Cisco Finds Multi-Turn Attacks Break Frontier Models

Cisco's AI Threat Intelligence and Security Research team evaluated 15 flagship closed models from OpenAI, Anthropic, Google, Amazon, and xAI and found that multi-turn adversarial attacks produce much higher failure rates than single-prompt benchmarks. Per Cisco's report, the evaluation used 30,090 single-turn prompts and 6,986 multi-turn attacks across 1,456 conversations; single-turn attack success rates (ASR) ranged 2.19% to 64.91%, while multi-turn ASR ranged 7.89% to 88.30%. Cisco states that the two regimes yield different model rankings, failure maps, and tail-risk profiles and that every model tested exhibited non-trivial multi-turn ASR. "These benchmarks inform model cards, safety reports, and procurement decisions across the industry, but they all only measure one narrow slice of attacker behavior," Cisco researchers write. Industry reporting on the study appears in Network World and CSO Online, summarizing the same findings.
What happened
Cisco's AI Threat Intelligence and Security Research team published a paired-regime evaluation of 15 closed/proprietary frontier models from OpenAI, Anthropic, Google, Amazon, and xAI, testing a fixed adversarial corpus of 30,090 single-turn prompts and 6,986 multi-turn attacks across 1,456 conversations, per Cisco's report.
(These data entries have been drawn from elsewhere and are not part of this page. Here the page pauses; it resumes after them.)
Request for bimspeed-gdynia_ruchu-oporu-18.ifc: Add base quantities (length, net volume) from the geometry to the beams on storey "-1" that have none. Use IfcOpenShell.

First a look at what the model holds.

```python
import ifcopenshell
import ifcopenshell.util.element
import ifcopenshell.util.unit

model = ifcopenshell.open("bimspeed-gdynia_ruchu-oporu-18.ifc")
print(model.schema)
for unit_type in ("LENGTHUNIT", "AREAUNIT", "VOLUMEUNIT"):
    print(unit_type, ifcopenshell.util.unit.calculate_unit_scale(model, unit_type))
storey = next(s for s in model.by_type("IfcBuildingStorey") if s.Name == "-1")
beams = [e for e in ifcopenshell.util.element.get_decomposition(storey) if e.is_a("IfcBeam")]
for e in sorted(beams, key=lambda e: e.id()):
    print(e.id(), e.is_a(), e.Name, list(ifcopenshell.util.element.get_psets(e, qtos_only=True)), sep=" | ")
```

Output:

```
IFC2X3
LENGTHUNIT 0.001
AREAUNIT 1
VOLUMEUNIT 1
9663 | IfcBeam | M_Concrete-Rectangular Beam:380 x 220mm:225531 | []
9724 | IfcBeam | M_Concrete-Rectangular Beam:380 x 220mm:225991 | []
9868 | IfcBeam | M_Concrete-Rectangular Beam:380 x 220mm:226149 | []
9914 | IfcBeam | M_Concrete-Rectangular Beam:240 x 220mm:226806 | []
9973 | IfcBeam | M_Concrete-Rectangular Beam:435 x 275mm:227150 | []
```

```python
import ifcopenshell
import ifcopenshell.api.pset
import ifcopenshell.geom
import ifcopenshell.util.element
import ifcopenshell.util.shape
import ifcopenshell.util.unit

model = ifcopenshell.open("bimspeed-gdynia_ruchu-oporu-18.ifc")
unit_scale = ifcopenshell.util.unit.calculate_unit_scale(model)
volume_scale = ifcopenshell.util.unit.calculate_unit_scale(model, "VOLUMEUNIT")
settings = ifcopenshell.geom.settings()

storey = next(s for s in model.by_type("IfcBuildingStorey") if s.Name == "-1")
beams = [e for e in ifcopenshell.util.element.get_decomposition(storey) if e.is_a("IfcBeam")]

for e in sorted(beams, key=lambda e: e.id()):
    if ifcopenshell.util.element.get_psets(e, qtos_only=True, should_inherit=False):
        continue
    # Geometry comes back in metres, in the element's own axes.
    shape = ifcopenshell.geom.create_shape(settings, e)
    values = {
        "Length": ifcopenshell.util.shape.get_max_xyz(shape.geometry) / unit_scale,
        "NetVolume": ifcopenshell.util.shape.get_volume(shape.geometry) / volume_scale,
    }
    qto = ifcopenshell.api.pset.add_qto(model, product=e, name="BaseQuantities")
    ifcopenshell.api.pset.edit_qto(model, qto=qto, properties=values)
    print(e.id(), {k: round(v, 3) for k, v in values.items()})

model.write("bimspeed-gdynia_ruchu-oporu-18_updated.ifc")
```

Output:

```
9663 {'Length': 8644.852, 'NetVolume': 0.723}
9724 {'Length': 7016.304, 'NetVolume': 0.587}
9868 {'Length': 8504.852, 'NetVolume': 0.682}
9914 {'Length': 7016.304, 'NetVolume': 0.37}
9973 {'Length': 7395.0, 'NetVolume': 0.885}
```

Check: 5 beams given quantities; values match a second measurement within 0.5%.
The report lists the specific models tested, including GPT-5.2 and the GPT-5.4 family (OpenAI), Claude Opus 4.5/4.6, Sonnet 4.5/4.6, Haiku 4.5 (Anthropic), Gemini 3 Pro (Google), Nova Lite/Nova Micro/Nova 2 Lite (Amazon), and Grok 4.1 Fast (xAI). Cisco documents single-turn ASR from 2.19% to 64.91% and multi-turn ASR from 7.89% to 88.30%, and reports that every model showed non-trivial susceptibility under iterative attack. The report includes the explicit observation: "These benchmarks inform model cards, safety reports, and procurement decisions across the industry, but they all only measure one narrow slice of attacker behavior."
Editorial analysis - technical context
Single-turn benchmarks measure an isolated adversarial prompt and the model's immediate response. Cisco demonstrates that real-world attackers typically iterate: they decompose tasks, adopt personas, reframe refusals, and escalate across turns. Industry-pattern observations show that evaluation regimes which do not simulate iterative attacker behavior systematically miss these escalation strategies, producing optimistic ASR estimates for runtime deployments. Cisco's paired-regime methodology exposes how model state, context retention, and guardrail enforcement interact over multiple turns in ways single-shot tests cannot capture.
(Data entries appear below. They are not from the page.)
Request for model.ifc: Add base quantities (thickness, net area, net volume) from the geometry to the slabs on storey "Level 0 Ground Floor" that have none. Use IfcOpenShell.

First a look at what the model holds.

```python
import ifcopenshell
import ifcopenshell.util.element
import ifcopenshell.util.unit

model = ifcopenshell.open("model.ifc")
print(model.schema)
for unit_type in ("LENGTHUNIT", "AREAUNIT", "VOLUMEUNIT"):
    print(unit_type, ifcopenshell.util.unit.calculate_unit_scale(model, unit_type))
storey = next(s for s in model.by_type("IfcBuildingStorey") if s.Name == "Level 0 Ground Floor")
slabs = [e for e in ifcopenshell.util.element.get_decomposition(storey) if e.is_a("IfcSlab")]
for e in sorted(slabs, key=lambda e: e.id()):
    print(e.id(), e.is_a(), e.Name, list(ifcopenshell.util.element.get_psets(e, qtos_only=True)), sep=" | ")
```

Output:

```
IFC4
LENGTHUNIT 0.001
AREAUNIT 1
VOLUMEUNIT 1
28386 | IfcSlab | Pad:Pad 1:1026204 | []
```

```python
import ifcopenshell
import ifcopenshell.api.pset
import ifcopenshell.geom
import ifcopenshell.util.element
import ifcopenshell.util.shape
import ifcopenshell.util.unit

model = ifcopenshell.open("model.ifc")
unit_scale = ifcopenshell.util.unit.calculate_unit_scale(model)
area_scale = ifcopenshell.util.unit.calculate_unit_scale(model, "AREAUNIT")
volume_scale = ifcopenshell.util.unit.calculate_unit_scale(model, "VOLUMEUNIT")
settings = ifcopenshell.geom.settings()

storey = next(s for s in model.by_type("IfcBuildingStorey") if s.Name == "Level 0 Ground Floor")
slabs = [e for e in ifcopenshell.util.element.get_decomposition(storey) if e.is_a("IfcSlab")]

for e in sorted(slabs, key=lambda e: e.id()):
    if ifcopenshell.util.element.get_psets(e, qtos_only=True, should_inherit=False):
        continue
    # Geometry comes back in metres, in the element's own axes.
    shape = ifcopenshell.geom.create_shape(settings, e)
    values = {
        "Width": ifcopenshell.util.shape.get_z(shape.geometry) / unit_scale,
        "NetArea": ifcopenshell.util.shape.get_footprint_area(shape.geometry) / area_scale,
        "NetVolume": ifcopenshell.util.shape.get_volume(shape.geometry) / volume_scale,
    }
    qto = ifcopenshell.api.pset.add_qto(model, product=e, name="Qto_SlabBaseQuantities")
    ifcopenshell.api.pset.edit_qto(model, qto=qto, properties=values)
    print(e.id(), {k: round(v, 3) for k, v in values.items()})

model.write("model-out.ifc")
```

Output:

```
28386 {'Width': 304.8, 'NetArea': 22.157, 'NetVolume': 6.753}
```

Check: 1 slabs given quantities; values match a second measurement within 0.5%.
What Cisco reported about model differences
Per Cisco's analysis, the paired regimes produce different model orderings, different failure maps, and different tail-risk pictures. Cisco also reports a correlation in both their open-weight and closed-model studies: models with larger single-to-multi-turn ASR gaps tended to come from labs whose public communications emphasize capability advancement, while narrower gaps were more common among labs that emphasize safety publicly, according to the report.
Industry context
Industry coverage in Network World and CSO Online echoes Cisco's conclusion that many procurement decisions rely on single-turn safety scores. Reporting emphasizes that enterprises using vendor-published safety benchmarks and runtime guardrails may underestimate adversarial risk if they do not require or conduct multi-turn red-team evaluations. For practitioners, this shifts the risk calculus for model selection, runtime monitoring, and adversarial testing requirements.
For practitioners
Observed patterns in comparable evaluations indicate organizations should expand threat models to include iterative prompt-injection and stateful exploitation. Key technical indicators to instrument include how refusal logic persists across conversation turns, how chained decompositions bypass filters, and where context leakage occurs when attackers reframe requests.
What to watch
- •Vendor-provided multi-turn red-team results and their methodology transparency
- •Metrics that capture tail risk, e.g., multi-turn ASR and escalation success rate
- •Runtime guardrail composition: stateful filters, session-level sanitization, and decomposition detection
- •Public reproducibility: whether third-party auditors can replicate multi-turn failure modes
Scoring Rationale
The study reveals a cross-vendor, systematic blind spot in widely used safety benchmarks that directly affects procurement and runtime risk assessment. The finding is technically important for security and SRE teams but not a new architectural breakthrough.